WHAT YOU HAVE TO DO ->
Each entry has to be printed again exactly.

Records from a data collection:
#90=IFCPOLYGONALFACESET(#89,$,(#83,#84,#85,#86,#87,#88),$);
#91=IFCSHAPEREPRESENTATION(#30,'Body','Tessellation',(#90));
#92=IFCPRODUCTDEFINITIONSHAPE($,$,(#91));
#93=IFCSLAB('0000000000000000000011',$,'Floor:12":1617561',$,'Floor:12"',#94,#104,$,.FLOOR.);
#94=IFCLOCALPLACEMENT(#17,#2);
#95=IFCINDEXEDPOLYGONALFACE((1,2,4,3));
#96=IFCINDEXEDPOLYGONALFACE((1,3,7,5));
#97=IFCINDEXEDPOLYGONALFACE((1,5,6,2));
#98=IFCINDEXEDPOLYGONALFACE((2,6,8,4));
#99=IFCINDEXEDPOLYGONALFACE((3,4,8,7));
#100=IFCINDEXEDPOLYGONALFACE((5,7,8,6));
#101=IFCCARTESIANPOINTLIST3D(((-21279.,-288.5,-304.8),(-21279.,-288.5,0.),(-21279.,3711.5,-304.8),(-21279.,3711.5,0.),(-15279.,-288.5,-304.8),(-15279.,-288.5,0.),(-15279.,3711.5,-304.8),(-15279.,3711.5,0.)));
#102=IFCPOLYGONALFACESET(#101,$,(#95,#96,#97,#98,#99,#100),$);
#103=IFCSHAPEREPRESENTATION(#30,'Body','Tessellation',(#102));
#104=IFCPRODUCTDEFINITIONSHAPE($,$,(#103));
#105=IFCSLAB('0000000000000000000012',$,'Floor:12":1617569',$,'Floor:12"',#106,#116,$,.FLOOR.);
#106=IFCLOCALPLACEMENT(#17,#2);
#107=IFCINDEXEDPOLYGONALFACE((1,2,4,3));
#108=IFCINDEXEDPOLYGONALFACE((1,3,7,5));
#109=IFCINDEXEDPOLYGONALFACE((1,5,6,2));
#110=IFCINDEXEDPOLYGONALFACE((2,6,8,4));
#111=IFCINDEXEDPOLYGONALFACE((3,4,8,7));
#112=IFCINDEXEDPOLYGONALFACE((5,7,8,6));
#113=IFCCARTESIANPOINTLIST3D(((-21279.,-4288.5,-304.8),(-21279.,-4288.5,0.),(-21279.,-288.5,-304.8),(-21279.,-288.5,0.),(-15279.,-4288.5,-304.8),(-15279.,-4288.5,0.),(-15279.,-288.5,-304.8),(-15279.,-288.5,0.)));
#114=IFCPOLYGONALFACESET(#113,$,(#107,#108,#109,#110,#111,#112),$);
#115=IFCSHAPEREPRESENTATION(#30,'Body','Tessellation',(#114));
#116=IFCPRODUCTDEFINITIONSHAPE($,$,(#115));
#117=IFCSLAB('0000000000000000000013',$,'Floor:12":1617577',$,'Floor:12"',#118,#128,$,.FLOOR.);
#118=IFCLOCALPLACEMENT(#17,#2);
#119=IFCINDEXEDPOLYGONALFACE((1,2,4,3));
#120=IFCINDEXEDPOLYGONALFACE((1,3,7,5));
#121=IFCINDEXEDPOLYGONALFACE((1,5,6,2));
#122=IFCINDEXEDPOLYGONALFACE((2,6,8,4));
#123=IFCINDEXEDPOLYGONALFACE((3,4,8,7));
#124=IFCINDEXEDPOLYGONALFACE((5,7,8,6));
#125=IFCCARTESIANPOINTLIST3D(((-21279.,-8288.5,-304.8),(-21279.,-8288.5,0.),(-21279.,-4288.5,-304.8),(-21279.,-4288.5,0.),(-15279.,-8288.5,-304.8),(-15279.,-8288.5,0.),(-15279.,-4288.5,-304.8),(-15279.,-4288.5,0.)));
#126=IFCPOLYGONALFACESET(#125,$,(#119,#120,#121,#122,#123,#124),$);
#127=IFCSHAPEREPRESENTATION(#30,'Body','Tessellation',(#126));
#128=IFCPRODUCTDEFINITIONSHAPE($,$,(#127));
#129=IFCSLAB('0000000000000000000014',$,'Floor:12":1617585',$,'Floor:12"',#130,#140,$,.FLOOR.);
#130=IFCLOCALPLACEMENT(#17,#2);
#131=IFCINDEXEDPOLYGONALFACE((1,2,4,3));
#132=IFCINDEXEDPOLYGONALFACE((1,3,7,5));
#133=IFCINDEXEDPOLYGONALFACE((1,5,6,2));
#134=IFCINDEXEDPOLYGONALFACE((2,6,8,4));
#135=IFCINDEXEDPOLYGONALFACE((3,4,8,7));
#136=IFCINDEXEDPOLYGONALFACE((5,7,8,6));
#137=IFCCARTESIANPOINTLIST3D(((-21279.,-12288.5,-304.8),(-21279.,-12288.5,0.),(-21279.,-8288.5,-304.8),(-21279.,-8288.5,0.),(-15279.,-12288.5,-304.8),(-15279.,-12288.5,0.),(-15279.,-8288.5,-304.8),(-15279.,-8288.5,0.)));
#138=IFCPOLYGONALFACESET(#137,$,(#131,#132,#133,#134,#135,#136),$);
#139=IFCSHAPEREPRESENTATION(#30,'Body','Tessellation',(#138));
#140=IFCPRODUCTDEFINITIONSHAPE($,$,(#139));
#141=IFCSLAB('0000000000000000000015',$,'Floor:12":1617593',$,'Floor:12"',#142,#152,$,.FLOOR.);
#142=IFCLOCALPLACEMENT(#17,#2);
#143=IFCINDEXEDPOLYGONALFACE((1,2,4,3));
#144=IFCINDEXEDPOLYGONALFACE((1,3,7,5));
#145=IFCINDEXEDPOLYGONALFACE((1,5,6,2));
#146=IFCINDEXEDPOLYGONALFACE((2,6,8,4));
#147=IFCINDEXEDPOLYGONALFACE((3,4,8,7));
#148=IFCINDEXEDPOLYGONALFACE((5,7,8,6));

FINISHED EXERCISE ->
#90=IFCPOLYGONALFACESET(#89,$,(#83,#84,#85,#86,#87,#88),$);
#91=IFCSHAPEREPRESENTATION(#30,'Body','Tessellation',(#90));
#92=IFCPRODUCTDEFINITIONSHAPE($,$,(#91));
#93=IFCSLAB('0000000000000000000011',$,'Floor:12":1617561',$,'Floor:12"',#94,#104,$,.FLOOR.);
#94=IFCLOCALPLACEMENT(#17,#2);
#95=IFCINDEXEDPOLYGONALFACE((1,2,4,3));
#96=IFCINDEXEDPOLYGONALFACE((1,3,7,5));
#97=IFCINDEXEDPOLYGONALFACE((1,5,6,2));
#98=IFCINDEXEDPOLYGONALFACE((2,6,8,4));
#99=IFCINDEXEDPOLYGONALFACE((3,4,8,7));
#100=IFCINDEXEDPOLYGONALFACE((5,7,8,6));
#101=IFCCARTESIANPOINTLIST3D(((-21279.,-288.5,-304.8),(-21279.,-288.5,0.),(-21279.,3711.5,-304.8),(-21279.,3711.5,0.),(-15279.,-288.5,-304.8),(-15279.,-288.5,0.),(-15279.,3711.5,-304.8),(-15279.,3711.5,0.)));
#102=IFCPOLYGONALFACESET(#101,$,(#95,#96,#97,#98,#99,#100),$);
#103=IFCSHAPEREPRESENTATION(#30,'Body','Tessellation',(#102));
#104=IFCPRODUCTDEFINITIONSHAPE($,$,(#103));
#105=IFCSLAB('0000000000000000000012',$,'Floor:12":1617569',$,'Floor:12"',#106,#116,$,.FLOOR.);
#106=IFCLOCALPLACEMENT(#17,#2);
#107=IFCINDEXEDPOLYGONALFACE((1,2,4,3));
#108=IFCINDEXEDPOLYGONALFACE((1,3,7,5));
#109=IFCINDEXEDPOLYGONALFACE((1,5,6,2));
#110=IFCINDEXEDPOLYGONALFACE((2,6,8,4));
#111=IFCINDEXEDPOLYGONALFACE((3,4,8,7));
#112=IFCINDEXEDPOLYGONALFACE((5,7,8,6));
#113=IFCCARTESIANPOINTLIST3D(((-21279.,-4288.5,-304.8),(-21279.,-4288.5,0.),(-21279.,-288.5,-304.8),(-21279.,-288.5,0.),(-15279.,-4288.5,-304.8),(-15279.,-4288.5,0.),(-15279.,-288.5,-304.8),(-15279.,-288.5,0.)));
#114=IFCPOLYGONALFACESET(#113,$,(#107,#108,#109,#110,#111,#112),$);
#115=IFCSHAPEREPRESENTATION(#30,'Body','Tessellation',(#114));
#116=IFCPRODUCTDEFINITIONSHAPE($,$,(#115));
#117=IFCSLAB('0000000000000000000013',$,'Floor:12":1617577',$,'Floor:12"',#118,#128,$,.FLOOR.);
#118=IFCLOCALPLACEMENT(#17,#2);
#119=IFCINDEXEDPOLYGONALFACE((1,2,4,3));
#120=IFCINDEXEDPOLYGONALFACE((1,3,7,5));
#121=IFCINDEXEDPOLYGONALFACE((1,5,6,2));
#122=IFCINDEXEDPOLYGONALFACE((2,6,8,4));
#123=IFCINDEXEDPOLYGONALFACE((3,4,8,7));
#124=IFCINDEXEDPOLYGONALFACE((5,7,8,6));
#125=IFCCARTESIANPOINTLIST3D(((-21279.,-8288.5,-304.8),(-21279.,-8288.5,0.),(-21279.,-4288.5,-304.8),(-21279.,-4288.5,0.),(-15279.,-8288.5,-304.8),(-15279.,-8288.5,0.),(-15279.,-4288.5,-304.8),(-15279.,-4288.5,0.)));
#126=IFCPOLYGONALFACESET(#125,$,(#119,#120,#121,#122,#123,#124),$);
#127=IFCSHAPEREPRESENTATION(#30,'Body','Tessellation',(#126));
#128=IFCPRODUCTDEFINITIONSHAPE($,$,(#127));
#129=IFCSLAB('0000000000000000000014',$,'Floor:12":1617585',$,'Floor:12"',#130,#140,$,.FLOOR.);
#130=IFCLOCALPLACEMENT(#17,#2);
#131=IFCINDEXEDPOLYGONALFACE((1,2,4,3));
#132=IFCINDEXEDPOLYGONALFACE((1,3,7,5));
#133=IFCINDEXEDPOLYGONALFACE((1,5,6,2));
#134=IFCINDEXEDPOLYGONALFACE((2,6,8,4));
#135=IFCINDEXEDPOLYGONALFACE((3,4,8,7));
#136=IFCINDEXEDPOLYGONALFACE((5,7,8,6));
#137=IFCCARTESIANPOINTLIST3D(((-21279.,-12288.5,-304.8),(-21279.,-12288.5,0.),(-21279.,-8288.5,-304.8),(-21279.,-8288.5,0.),(-15279.,-12288.5,-304.8),(-15279.,-12288.5,0.),(-15279.,-8288.5,-304.8),(-15279.,-8288.5,0.)));
#138=IFCPOLYGONALFACESET(#137,$,(#131,#132,#133,#134,#135,#136),$);
#139=IFCSHAPEREPRESENTATION(#30,'Body','Tessellation',(#138));
#140=IFCPRODUCTDEFINITIONSHAPE($,$,(#139));
#141=IFCSLAB('0000000000000000000015',$,'Floor:12":1617593',$,'Floor:12"',#142,#152,$,.FLOOR.);
#142=IFCLOCALPLACEMENT(#17,#2);
#143=IFCINDEXEDPOLYGONALFACE((1,2,4,3));
#144=IFCINDEXEDPOLYGONALFACE((1,3,7,5));
#145=IFCINDEXEDPOLYGONALFACE((1,5,6,2));
#146=IFCINDEXEDPOLYGONALFACE((2,6,8,4));
#147=IFCINDEXEDPOLYGONALFACE((3,4,8,7));
#148=IFCINDEXEDPOLYGONALFACE((5,7,8,6));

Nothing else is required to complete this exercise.